In order to solve for the parameters we do some math and geht the partial derivatives:

\[\begin{align} \frac{\partial \text{MSE}}{\partial \theta_0} &= -\frac{2}{n} \sum_{i=1}^n (y_i - \hat{y}_i) \\ \frac{\partial \text{MSE}}{\partial \theta_1} &= -\frac{2}{n} \sum_{i=1}^n (y_i - \hat{y}_i) x_i \end{align}\]

\(\theta_0\) and \(\theta_1\) are then iteratively updated:

\[\begin{align} \theta_0 &\leftarrow \theta_0 - \alpha \frac{\partial \text{MSE}}{\partial \theta_0} \\ \theta_0 &\leftarrow \theta_0 + \alpha \left( \frac{2}{n} \sum_{i=1}^n (y_i - \hat{y}_i) \right)\\ \theta_1 &\leftarrow \theta_1 - \alpha \frac{\partial \text{MSE}}{\partial \theta_1}\\ \theta_1 &\leftarrow \theta_1 + \alpha \left( \frac{2}{n} \sum_{i=1}^n (y_i - \hat{y}_i) x_i \right) \end{align}\]

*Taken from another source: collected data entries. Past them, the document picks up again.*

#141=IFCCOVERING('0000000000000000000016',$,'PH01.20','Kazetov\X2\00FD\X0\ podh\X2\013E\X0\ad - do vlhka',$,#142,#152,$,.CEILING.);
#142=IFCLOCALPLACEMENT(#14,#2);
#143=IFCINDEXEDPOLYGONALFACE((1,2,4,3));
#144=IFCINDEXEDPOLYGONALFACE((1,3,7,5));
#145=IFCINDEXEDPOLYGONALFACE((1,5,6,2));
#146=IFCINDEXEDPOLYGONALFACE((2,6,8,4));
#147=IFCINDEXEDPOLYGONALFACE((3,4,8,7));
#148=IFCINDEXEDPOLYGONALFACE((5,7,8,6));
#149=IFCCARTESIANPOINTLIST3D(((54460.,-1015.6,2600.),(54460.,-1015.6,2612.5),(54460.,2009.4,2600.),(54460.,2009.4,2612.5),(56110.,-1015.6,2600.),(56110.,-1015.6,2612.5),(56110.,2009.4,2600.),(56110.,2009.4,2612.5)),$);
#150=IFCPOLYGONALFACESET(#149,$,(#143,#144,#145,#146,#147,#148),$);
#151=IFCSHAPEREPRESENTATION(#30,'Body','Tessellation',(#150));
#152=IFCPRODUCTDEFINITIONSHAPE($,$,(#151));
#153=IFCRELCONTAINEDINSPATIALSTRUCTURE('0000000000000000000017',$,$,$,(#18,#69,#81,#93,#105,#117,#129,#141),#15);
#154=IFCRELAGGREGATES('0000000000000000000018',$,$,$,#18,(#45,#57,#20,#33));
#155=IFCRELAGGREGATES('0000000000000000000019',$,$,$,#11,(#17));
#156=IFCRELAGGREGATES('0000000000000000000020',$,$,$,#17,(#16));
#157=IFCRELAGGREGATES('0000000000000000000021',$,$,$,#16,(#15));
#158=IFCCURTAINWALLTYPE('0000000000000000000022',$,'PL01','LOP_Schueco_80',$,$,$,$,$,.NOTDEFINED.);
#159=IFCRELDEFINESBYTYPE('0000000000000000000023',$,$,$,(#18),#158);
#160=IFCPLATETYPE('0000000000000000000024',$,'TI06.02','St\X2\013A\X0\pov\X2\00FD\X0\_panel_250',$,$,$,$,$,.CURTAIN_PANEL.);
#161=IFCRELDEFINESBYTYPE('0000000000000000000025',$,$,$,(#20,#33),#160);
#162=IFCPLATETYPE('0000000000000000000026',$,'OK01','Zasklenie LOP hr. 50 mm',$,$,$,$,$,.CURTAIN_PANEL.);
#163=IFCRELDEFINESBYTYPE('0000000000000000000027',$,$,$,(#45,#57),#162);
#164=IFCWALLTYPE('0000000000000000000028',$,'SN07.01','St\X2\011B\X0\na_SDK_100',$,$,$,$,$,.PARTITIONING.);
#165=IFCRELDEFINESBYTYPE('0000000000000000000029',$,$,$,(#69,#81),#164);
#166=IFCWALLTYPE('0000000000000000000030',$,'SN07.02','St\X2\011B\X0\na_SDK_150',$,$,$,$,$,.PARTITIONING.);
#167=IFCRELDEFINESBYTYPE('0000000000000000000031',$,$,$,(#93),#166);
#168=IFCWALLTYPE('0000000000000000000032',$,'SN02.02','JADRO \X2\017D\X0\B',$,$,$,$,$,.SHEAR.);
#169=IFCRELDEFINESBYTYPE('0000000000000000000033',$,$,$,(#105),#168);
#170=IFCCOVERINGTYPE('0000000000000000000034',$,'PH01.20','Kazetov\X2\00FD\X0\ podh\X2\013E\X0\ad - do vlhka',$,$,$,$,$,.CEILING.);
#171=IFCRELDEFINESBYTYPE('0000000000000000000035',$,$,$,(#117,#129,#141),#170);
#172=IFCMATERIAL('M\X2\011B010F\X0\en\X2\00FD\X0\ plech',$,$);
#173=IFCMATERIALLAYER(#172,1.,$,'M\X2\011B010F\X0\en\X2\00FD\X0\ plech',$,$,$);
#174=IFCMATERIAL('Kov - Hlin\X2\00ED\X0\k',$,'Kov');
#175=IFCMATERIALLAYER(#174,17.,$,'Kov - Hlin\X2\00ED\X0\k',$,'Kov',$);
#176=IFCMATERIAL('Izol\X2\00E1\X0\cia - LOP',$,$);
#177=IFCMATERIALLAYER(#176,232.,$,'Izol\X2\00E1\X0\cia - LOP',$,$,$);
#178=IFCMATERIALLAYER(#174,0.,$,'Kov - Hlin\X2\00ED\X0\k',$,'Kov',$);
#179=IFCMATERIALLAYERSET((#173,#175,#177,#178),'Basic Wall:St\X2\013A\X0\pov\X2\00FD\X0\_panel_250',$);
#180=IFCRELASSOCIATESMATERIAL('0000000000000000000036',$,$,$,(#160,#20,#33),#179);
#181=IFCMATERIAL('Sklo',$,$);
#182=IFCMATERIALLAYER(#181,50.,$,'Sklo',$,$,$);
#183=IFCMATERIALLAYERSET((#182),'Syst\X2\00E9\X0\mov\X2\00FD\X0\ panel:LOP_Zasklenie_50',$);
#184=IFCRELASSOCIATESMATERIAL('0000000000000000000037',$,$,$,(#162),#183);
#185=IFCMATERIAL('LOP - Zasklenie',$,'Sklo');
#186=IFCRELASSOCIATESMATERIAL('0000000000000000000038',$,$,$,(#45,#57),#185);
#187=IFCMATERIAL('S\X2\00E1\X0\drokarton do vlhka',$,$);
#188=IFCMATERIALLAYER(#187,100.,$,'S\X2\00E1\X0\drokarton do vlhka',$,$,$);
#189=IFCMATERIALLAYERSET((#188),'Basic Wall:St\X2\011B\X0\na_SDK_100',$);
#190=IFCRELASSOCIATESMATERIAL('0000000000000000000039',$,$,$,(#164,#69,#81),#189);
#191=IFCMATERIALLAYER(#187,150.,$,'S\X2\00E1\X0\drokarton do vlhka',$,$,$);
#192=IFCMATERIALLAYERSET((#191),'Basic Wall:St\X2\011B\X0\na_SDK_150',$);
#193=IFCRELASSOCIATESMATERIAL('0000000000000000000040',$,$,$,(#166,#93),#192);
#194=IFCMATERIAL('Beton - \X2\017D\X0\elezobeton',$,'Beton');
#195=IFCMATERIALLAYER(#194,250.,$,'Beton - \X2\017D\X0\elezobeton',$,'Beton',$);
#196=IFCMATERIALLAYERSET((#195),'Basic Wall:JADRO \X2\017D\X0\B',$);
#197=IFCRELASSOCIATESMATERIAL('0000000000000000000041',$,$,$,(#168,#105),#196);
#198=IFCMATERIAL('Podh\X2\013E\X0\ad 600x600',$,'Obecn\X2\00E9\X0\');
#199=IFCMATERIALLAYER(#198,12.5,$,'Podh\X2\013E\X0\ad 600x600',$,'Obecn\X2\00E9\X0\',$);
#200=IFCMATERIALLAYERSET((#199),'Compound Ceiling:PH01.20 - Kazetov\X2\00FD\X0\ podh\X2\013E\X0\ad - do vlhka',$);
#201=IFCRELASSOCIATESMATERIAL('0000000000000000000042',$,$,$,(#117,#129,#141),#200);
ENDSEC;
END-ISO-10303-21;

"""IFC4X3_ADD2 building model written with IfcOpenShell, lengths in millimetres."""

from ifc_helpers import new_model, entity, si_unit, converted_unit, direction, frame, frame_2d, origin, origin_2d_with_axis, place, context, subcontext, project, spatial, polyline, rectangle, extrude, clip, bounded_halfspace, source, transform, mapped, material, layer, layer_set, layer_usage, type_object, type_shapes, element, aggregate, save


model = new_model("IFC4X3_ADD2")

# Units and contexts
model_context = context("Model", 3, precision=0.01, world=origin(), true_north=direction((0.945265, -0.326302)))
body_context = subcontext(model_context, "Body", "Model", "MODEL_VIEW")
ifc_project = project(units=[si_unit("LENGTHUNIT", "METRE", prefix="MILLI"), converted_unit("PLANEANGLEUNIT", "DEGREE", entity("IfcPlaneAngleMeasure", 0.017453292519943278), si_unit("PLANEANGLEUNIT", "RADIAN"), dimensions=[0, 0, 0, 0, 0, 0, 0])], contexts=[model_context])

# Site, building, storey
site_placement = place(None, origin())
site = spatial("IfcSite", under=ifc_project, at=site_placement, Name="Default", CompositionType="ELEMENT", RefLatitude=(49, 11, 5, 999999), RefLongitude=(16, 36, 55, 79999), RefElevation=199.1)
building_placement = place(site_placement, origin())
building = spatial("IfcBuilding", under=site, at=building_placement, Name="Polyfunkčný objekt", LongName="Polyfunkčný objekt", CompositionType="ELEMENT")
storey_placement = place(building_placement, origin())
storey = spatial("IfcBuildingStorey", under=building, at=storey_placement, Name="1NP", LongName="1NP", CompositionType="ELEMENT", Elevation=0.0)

The learning rate \(\alpha\)

  • Hyperparameter
  • scales the gradient, influencing how model parameters are adjusted

Classroom

Algorithm

\begin{algorithm} \caption{gradient descent} \begin{algorithmic} \Require cost function $J(\theta)$, learning rate $\alpha$, number of iterations $n$ \State $i \gets 0$ \State random $\theta$ \Procedure{GradientDescent}{$J(\theta),\theta, \alpha, n$} \For{$i$ \To $n$} \For{$j = 1$ \To number of training examples $m$} \State \textbf{Compute gradient of $J$ wrt $\theta$} \State gradient = $\nabla J(\theta, x^j, y^j)$ \State \textbf{Update the parameters $\theta$:} \State $\theta = \theta - \alpha \times gradient$ \EndFor \EndFor \EndProcedure \end{algorithmic} \end{algorithm}

Simulation

\[\begin{align} Y(x_i) = \theta_0 + \theta_1 x_i \end{align}\]

set.seed(1000) #reproducibility

theta_0 <- 5 # parameter 1
theta_1 <- 2 # parameter 2
n_obs <- 500 # number of datapoints
x <- rnorm(n_obs) # independent variable
y <- theta_1*x + theta_0 + rnorm(n_obs, 0, 3) # simulate data
rm(theta_0, theta_1) # get rid of ground truth

The data

core functions and parameters

gradient_desc <- function(theta_0, theta_1, x, y){
  N = length(x)
  pred <- theta_1*x + theta_0
  res <- y - pred
  delta_theta_0 <- (2/N)*sum(res)
  delta_theta_1 <- (2/N)*sum(res*x)
  return(c(delta_theta_0, delta_theta_1))
}
minimize_function <- function(theta_0, theta_1, x, y, alpha){
  gd <- gradient_desc(theta_0, theta_1, x, y)
  d_theta_0 <- gd[1] * alpha
  d_theta_1 <- gd[2] * alpha
  new_theta_0 <- theta_0 + d_theta_0
  new_theta_1 <- theta_1 + d_theta_1
  return(c(new_theta_0, new_theta_1))
}
alpha <- 0.1
iter <- 100

optimization

res <- list()
res[[1]] <- c(0, 0)

for (i in 2:iter){
  res[[i]] <- minimize_function(
    res[[i-1]][1], res[[i-1]][2], data$x, data$y, alpha
  )
}

mse vs. iteration

the models

different learning rates

References

James, Gareth, Daniela Witten, Trevor Hastie, and Robert Tibshirani. 2021. An Introduction to Statistical Learning. Springer.